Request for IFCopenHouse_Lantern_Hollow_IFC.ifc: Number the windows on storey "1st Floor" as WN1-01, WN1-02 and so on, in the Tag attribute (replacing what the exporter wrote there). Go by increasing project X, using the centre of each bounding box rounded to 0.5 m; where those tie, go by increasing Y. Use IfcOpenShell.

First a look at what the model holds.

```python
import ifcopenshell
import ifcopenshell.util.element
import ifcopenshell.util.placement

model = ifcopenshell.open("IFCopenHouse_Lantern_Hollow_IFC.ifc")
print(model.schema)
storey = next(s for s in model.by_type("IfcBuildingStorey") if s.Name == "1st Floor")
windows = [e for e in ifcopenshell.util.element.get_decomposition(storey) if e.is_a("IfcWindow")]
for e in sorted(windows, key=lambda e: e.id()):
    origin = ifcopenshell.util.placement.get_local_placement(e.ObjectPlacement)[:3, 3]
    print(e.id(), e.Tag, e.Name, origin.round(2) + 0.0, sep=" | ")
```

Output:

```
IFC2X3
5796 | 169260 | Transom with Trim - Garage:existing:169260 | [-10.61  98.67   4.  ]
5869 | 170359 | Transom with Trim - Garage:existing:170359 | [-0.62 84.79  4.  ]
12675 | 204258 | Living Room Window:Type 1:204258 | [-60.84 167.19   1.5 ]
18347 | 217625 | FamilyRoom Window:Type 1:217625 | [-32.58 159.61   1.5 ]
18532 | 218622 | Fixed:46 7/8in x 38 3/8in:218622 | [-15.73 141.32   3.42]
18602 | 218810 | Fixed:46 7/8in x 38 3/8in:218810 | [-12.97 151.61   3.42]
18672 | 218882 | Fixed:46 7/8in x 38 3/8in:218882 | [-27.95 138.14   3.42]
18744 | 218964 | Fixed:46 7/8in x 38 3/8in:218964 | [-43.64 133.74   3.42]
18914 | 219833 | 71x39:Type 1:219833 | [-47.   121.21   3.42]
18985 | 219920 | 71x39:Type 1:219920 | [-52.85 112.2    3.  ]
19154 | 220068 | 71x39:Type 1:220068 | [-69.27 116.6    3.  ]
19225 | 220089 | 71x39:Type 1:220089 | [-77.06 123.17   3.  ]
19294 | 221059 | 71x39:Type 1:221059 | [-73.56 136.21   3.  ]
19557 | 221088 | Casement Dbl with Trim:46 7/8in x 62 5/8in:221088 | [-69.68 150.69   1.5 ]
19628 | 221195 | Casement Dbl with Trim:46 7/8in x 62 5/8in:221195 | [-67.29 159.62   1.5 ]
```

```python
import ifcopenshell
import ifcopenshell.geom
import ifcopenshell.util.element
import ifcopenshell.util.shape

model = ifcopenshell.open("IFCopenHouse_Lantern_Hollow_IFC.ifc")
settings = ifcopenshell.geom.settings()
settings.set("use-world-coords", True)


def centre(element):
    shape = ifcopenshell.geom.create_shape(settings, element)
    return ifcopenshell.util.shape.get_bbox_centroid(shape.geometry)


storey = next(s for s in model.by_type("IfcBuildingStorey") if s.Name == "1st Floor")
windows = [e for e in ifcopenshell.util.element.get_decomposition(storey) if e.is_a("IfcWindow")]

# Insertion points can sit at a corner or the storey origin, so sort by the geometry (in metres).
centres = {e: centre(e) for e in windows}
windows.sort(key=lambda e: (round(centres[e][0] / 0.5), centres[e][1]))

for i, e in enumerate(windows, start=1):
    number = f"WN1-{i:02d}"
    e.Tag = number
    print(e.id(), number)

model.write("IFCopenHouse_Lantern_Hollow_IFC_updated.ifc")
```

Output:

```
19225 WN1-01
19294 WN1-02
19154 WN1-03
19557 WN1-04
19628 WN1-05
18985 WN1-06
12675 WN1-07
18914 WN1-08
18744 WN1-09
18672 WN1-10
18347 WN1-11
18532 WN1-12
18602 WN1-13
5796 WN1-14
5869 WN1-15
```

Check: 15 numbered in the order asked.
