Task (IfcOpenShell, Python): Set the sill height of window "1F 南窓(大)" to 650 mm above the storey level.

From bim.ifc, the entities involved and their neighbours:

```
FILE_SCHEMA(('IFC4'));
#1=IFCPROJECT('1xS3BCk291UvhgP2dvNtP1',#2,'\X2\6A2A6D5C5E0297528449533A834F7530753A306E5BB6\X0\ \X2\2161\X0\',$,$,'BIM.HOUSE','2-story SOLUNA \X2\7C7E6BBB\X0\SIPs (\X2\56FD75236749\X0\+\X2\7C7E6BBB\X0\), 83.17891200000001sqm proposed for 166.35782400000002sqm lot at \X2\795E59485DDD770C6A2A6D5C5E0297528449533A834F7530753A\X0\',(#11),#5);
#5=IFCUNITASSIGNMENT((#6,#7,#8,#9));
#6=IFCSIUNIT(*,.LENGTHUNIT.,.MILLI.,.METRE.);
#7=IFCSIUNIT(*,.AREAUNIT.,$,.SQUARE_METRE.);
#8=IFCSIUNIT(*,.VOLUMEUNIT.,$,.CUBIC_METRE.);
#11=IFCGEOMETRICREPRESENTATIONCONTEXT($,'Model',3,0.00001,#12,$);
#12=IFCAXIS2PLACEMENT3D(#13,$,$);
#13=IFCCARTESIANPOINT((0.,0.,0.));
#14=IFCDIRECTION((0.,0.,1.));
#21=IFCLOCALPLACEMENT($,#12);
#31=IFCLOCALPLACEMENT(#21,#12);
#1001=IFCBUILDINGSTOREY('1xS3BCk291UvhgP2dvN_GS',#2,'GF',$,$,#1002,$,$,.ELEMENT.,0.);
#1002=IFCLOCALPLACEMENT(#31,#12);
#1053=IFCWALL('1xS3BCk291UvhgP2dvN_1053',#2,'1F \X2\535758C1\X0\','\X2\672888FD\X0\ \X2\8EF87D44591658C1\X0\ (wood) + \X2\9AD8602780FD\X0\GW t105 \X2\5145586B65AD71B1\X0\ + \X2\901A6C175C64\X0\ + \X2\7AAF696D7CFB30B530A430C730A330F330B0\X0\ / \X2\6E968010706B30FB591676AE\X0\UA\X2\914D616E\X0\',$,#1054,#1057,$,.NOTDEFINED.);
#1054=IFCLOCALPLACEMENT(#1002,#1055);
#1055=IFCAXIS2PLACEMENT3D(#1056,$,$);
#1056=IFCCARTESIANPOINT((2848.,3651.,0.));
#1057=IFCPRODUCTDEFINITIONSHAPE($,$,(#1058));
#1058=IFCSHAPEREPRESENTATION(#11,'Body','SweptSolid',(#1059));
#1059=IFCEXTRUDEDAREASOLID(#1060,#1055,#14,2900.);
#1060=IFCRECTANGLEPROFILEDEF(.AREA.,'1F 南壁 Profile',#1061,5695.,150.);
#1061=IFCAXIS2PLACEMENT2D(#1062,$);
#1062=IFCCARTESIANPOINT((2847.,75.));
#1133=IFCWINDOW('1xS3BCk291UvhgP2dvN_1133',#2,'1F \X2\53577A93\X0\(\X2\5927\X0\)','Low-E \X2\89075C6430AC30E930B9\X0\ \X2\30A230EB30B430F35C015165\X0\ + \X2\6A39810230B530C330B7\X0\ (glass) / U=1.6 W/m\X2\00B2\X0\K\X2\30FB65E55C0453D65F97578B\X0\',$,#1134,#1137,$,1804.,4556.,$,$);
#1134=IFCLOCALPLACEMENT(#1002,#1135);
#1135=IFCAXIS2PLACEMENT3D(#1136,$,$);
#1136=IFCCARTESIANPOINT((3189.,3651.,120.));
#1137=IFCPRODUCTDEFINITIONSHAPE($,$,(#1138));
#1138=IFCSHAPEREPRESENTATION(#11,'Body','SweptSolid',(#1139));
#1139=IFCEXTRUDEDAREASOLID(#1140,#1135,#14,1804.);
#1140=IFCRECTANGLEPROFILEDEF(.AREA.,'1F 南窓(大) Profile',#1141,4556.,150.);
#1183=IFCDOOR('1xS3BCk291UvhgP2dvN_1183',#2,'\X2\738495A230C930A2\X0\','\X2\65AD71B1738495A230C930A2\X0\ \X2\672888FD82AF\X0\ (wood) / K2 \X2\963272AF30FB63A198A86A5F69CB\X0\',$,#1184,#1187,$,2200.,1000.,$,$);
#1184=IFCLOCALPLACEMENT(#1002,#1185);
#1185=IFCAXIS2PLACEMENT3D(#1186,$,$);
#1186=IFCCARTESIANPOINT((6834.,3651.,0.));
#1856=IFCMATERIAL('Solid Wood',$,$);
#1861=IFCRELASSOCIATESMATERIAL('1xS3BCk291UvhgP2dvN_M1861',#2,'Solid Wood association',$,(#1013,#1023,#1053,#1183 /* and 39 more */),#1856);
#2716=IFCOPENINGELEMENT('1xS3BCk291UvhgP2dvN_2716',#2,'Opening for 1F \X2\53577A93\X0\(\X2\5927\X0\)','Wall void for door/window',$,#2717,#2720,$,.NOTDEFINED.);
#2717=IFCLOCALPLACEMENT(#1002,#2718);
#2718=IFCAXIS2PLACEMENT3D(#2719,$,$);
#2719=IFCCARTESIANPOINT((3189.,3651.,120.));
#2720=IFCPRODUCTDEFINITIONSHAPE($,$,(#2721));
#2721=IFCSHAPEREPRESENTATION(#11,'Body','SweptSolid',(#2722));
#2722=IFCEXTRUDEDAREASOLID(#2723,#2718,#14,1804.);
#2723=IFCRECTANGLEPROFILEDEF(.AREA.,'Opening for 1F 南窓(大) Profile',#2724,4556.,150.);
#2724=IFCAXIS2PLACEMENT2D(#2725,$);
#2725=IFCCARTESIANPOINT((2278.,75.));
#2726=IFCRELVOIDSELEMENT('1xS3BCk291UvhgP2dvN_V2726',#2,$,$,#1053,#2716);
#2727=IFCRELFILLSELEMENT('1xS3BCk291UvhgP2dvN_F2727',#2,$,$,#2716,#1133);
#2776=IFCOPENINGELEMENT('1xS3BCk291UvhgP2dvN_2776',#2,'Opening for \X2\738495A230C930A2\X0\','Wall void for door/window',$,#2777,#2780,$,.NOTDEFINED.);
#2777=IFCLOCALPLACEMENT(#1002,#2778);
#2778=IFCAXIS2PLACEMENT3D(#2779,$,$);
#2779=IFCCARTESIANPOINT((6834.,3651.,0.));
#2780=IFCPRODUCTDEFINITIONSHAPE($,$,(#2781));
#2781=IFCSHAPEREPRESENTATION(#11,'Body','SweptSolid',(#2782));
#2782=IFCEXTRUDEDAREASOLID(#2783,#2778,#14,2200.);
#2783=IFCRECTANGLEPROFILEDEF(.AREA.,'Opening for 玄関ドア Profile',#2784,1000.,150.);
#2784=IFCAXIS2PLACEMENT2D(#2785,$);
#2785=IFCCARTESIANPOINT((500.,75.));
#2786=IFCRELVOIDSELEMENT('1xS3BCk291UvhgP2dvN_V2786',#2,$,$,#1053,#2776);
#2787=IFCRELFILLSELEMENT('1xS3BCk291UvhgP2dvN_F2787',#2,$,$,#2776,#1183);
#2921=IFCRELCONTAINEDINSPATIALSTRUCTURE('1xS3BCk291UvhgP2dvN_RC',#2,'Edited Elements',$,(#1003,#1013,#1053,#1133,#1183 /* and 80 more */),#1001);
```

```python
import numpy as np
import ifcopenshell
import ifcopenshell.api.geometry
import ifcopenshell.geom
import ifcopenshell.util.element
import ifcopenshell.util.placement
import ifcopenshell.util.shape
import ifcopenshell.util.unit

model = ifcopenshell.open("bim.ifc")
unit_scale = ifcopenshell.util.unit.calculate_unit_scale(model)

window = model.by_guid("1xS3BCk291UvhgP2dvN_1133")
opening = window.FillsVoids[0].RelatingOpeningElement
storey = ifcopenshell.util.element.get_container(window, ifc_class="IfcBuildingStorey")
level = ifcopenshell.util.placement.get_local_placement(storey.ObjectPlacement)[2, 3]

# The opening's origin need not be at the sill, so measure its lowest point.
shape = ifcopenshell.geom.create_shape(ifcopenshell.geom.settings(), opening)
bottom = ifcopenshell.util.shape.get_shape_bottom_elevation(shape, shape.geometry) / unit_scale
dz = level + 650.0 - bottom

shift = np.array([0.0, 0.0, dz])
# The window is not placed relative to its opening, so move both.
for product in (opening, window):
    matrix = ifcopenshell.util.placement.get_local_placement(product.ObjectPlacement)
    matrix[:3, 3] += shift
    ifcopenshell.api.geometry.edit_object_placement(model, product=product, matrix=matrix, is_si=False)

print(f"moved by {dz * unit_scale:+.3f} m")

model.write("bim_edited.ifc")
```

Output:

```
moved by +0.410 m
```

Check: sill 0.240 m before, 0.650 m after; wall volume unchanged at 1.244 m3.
——————
_DIRECTIONS_:
Your answer must consist of every line from the listing that holds the string "IFCRELVOIDSELEMENT".

_RESULT_:
#2726=IFCRELVOIDSELEMENT('1xS3BCk291UvhgP2dvN_V2726',#2,$,$,#1053,#2716);
#2786=IFCRELVOIDSELEMENT('1xS3BCk291UvhgP2dvN_V2786',#2,$,$,#1053,#2776);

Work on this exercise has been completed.